Below are entries; output exactly the lines from the one with "#55=IFCINDEXEDPOLYGONALFACE((1,3,7,5));" to the one with "#184=IFCINDEXEDPOLYGONALFACE((23,24,28,27));", both included, and nothing else.

(Saved entries)
· · · ·
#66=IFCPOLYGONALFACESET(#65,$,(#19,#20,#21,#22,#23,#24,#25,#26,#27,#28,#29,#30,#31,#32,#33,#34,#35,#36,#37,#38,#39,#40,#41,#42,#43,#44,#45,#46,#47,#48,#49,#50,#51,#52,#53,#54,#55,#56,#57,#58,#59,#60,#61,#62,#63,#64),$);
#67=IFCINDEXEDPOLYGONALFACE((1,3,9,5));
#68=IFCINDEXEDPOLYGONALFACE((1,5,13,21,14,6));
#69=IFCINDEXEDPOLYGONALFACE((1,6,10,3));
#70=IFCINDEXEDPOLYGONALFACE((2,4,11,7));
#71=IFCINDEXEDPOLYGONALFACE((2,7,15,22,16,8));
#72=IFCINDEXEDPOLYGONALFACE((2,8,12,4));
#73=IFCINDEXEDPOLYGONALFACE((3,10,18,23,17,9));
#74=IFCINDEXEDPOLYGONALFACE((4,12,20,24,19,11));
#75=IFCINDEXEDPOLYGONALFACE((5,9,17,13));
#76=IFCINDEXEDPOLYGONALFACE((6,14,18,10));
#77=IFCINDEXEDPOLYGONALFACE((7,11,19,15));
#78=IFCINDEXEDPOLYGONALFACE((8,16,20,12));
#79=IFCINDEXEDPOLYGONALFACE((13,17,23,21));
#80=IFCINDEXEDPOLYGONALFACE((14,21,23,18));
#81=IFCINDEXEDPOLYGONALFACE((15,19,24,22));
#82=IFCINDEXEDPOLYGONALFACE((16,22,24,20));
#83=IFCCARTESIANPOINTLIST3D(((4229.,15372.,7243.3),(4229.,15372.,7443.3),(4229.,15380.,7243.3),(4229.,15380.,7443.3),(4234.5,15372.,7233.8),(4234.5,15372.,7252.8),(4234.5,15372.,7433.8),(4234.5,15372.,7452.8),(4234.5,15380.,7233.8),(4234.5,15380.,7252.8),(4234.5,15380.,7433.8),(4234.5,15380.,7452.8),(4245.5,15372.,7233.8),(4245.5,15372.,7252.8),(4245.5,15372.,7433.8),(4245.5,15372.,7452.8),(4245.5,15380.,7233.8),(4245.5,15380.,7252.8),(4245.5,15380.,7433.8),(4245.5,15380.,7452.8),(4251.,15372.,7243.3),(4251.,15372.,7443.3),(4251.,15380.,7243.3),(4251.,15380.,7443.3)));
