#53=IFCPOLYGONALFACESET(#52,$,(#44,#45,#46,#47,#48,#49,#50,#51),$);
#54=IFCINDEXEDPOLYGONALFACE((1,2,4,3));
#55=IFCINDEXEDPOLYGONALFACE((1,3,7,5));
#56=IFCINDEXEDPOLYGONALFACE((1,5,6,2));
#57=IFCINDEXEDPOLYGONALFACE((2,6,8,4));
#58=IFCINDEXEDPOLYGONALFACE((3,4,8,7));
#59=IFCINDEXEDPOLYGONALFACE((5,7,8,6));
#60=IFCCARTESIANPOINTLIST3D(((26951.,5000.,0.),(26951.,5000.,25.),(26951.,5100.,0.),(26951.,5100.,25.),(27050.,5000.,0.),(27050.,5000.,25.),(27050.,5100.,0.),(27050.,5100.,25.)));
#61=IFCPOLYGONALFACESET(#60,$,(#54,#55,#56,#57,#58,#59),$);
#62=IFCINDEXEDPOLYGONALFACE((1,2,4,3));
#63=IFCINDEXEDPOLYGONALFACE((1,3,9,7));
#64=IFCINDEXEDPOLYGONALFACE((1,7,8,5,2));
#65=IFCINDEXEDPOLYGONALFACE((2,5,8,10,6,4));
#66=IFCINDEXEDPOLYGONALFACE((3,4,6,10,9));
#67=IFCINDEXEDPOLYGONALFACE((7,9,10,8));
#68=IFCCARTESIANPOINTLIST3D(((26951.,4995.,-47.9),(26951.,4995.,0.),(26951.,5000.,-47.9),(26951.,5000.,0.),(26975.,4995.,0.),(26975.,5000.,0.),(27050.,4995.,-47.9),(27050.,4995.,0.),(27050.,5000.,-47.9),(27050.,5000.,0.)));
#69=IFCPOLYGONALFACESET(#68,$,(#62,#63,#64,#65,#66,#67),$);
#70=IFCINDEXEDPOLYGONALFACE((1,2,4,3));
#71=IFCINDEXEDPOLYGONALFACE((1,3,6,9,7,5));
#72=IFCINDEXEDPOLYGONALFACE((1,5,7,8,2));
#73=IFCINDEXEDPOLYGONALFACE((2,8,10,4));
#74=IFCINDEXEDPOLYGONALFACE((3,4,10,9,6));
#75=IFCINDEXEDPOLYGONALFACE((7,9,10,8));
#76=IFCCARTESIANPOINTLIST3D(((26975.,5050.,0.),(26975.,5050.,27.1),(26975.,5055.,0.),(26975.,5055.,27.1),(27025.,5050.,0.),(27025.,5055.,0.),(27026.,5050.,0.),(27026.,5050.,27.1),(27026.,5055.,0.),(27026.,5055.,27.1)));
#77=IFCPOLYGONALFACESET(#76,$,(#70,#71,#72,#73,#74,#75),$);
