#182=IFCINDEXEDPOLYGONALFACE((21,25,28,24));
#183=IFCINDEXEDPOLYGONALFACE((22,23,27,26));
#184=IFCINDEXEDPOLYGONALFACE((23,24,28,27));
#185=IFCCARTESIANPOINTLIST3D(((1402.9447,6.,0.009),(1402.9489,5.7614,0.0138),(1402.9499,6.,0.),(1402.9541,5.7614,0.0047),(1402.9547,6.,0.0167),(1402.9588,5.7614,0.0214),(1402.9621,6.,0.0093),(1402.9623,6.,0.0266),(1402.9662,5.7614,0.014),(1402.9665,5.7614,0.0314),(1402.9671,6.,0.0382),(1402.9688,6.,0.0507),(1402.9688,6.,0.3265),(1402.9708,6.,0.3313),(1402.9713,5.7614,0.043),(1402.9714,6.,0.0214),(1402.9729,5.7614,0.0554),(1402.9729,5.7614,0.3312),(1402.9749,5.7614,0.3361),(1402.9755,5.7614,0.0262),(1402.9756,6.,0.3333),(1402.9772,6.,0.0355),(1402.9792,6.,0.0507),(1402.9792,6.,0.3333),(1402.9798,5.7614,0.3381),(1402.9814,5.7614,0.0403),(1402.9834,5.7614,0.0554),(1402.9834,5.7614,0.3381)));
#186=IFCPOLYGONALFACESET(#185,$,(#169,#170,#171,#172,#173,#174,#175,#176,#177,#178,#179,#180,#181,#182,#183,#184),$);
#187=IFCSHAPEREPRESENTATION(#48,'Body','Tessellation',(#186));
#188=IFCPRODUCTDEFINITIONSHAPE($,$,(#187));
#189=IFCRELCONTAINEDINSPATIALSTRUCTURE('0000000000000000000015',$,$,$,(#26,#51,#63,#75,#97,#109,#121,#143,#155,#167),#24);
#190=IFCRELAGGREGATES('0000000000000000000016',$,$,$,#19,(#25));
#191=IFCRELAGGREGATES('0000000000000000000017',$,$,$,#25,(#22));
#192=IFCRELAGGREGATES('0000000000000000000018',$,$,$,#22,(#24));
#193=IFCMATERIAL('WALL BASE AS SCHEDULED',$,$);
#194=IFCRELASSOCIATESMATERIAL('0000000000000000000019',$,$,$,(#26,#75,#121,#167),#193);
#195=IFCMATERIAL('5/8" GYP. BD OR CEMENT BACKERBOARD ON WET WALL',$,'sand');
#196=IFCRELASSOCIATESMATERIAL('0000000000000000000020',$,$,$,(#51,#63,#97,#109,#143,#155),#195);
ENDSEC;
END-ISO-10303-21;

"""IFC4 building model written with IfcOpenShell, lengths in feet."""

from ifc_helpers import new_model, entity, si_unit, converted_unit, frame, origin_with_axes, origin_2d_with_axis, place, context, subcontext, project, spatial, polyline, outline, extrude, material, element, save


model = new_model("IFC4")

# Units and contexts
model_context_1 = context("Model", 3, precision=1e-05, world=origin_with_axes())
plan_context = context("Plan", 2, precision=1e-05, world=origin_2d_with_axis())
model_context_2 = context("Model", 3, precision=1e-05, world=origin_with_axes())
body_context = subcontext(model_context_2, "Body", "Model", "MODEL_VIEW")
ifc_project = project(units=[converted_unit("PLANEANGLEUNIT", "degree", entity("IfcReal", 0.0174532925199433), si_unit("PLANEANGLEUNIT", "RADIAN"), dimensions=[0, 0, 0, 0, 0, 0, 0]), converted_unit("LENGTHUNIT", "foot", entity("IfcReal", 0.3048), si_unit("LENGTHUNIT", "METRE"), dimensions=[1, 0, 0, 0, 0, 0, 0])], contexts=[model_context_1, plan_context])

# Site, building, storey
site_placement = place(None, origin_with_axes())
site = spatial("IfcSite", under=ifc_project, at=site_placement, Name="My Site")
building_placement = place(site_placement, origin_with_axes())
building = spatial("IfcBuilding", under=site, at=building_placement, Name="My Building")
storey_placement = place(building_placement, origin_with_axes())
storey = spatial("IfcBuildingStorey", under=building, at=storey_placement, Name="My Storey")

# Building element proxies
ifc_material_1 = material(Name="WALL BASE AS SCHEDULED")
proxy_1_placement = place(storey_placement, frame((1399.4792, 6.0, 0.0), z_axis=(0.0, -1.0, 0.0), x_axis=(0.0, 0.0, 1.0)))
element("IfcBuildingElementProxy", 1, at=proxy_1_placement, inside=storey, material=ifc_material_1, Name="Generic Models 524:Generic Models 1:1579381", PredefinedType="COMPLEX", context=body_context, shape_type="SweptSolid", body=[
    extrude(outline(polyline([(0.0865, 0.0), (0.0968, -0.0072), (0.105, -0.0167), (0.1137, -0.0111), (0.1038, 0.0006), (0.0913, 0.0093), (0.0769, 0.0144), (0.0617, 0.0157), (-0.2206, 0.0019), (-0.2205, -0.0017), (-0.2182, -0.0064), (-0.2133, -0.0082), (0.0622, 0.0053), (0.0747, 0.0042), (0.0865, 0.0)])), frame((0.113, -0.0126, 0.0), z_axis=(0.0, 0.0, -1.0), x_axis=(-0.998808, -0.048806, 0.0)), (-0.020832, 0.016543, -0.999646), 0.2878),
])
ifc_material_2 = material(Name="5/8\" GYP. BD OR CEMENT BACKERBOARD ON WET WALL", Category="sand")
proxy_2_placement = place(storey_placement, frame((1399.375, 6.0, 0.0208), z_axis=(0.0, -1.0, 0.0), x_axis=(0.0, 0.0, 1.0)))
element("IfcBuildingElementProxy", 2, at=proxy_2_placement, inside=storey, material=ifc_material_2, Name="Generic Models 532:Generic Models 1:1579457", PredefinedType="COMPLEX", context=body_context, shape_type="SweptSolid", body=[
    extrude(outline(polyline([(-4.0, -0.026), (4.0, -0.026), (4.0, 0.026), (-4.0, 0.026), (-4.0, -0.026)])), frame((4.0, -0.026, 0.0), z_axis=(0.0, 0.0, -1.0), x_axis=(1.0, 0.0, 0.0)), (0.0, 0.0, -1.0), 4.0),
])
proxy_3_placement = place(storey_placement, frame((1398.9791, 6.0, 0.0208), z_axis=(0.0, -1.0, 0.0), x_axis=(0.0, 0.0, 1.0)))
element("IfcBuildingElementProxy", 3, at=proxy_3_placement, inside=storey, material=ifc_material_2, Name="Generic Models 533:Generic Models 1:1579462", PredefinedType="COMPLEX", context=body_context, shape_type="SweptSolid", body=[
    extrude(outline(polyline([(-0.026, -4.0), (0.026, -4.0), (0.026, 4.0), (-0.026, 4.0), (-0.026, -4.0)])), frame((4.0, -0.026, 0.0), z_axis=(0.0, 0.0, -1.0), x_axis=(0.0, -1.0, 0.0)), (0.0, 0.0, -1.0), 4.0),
· · · ·
:: Exercise answer ::
#55=IFCINDEXEDPOLYGONALFACE((1,3,7,5));
#56=IFCINDEXEDPOLYGONALFACE((1,5,6,2));
#57=IFCINDEXEDPOLYGONALFACE((2,6,8,4));
#58=IFCINDEXEDPOLYGONALFACE((3,4,8,7));
#59=IFCINDEXEDPOLYGONALFACE((5,7,8,6));
#60=IFCCARTESIANPOINTLIST3D(((26951.,5000.,0.),(26951.,5000.,25.),(26951.,5100.,0.),(26951.,5100.,25.),(27050.,5000.,0.),(27050.,5000.,25.),(27050.,5100.,0.),(27050.,5100.,25.)));
#61=IFCPOLYGONALFACESET(#60,$,(#54,#55,#56,#57,#58,#59),$);
#62=IFCINDEXEDPOLYGONALFACE((1,2,4,3));
#63=IFCINDEXEDPOLYGONALFACE((1,3,9,7));
#64=IFCINDEXEDPOLYGONALFACE((1,7,8,5,2));
#65=IFCINDEXEDPOLYGONALFACE((2,5,8,10,6,4));
#66=IFCINDEXEDPOLYGONALFACE((3,4,6,10,9));
#67=IFCINDEXEDPOLYGONALFACE((7,9,10,8));
#68=IFCCARTESIANPOINTLIST3D(((26951.,4995.,-47.9),(26951.,4995.,0.),(26951.,5000.,-47.9),(26951.,5000.,0.),(26975.,4995.,0.),(26975.,5000.,0.),(27050.,4995.,-47.9),(27050.,4995.,0.),(27050.,5000.,-47.9),(27050.,5000.,0.)));
#69=IFCPOLYGONALFACESET(#68,$,(#62,#63,#64,#65,#66,#67),$);
#70=IFCINDEXEDPOLYGONALFACE((1,2,4,3));
#71=IFCINDEXEDPOLYGONALFACE((1,3,6,9,7,5));
#72=IFCINDEXEDPOLYGONALFACE((1,5,7,8,2));
#73=IFCINDEXEDPOLYGONALFACE((2,8,10,4));
#74=IFCINDEXEDPOLYGONALFACE((3,4,10,9,6));
#75=IFCINDEXEDPOLYGONALFACE((7,9,10,8));
#76=IFCCARTESIANPOINTLIST3D(((26975.,5050.,0.),(26975.,5050.,27.1),(26975.,5055.,0.),(26975.,5055.,27.1),(27025.,5050.,0.),(27025.,5055.,0.),(27026.,5050.,0.),(27026.,5050.,27.1),(27026.,5055.,0.),(27026.,5055.,27.1)));
#77=IFCPOLYGONALFACESET(#76,$,(#70,#71,#72,#73,#74,#75),$);
#182=IFCINDEXEDPOLYGONALFACE((21,25,28,24));
#183=IFCINDEXEDPOLYGONALFACE((22,23,27,26));
#184=IFCINDEXEDPOLYGONALFACE((23,24,28,27));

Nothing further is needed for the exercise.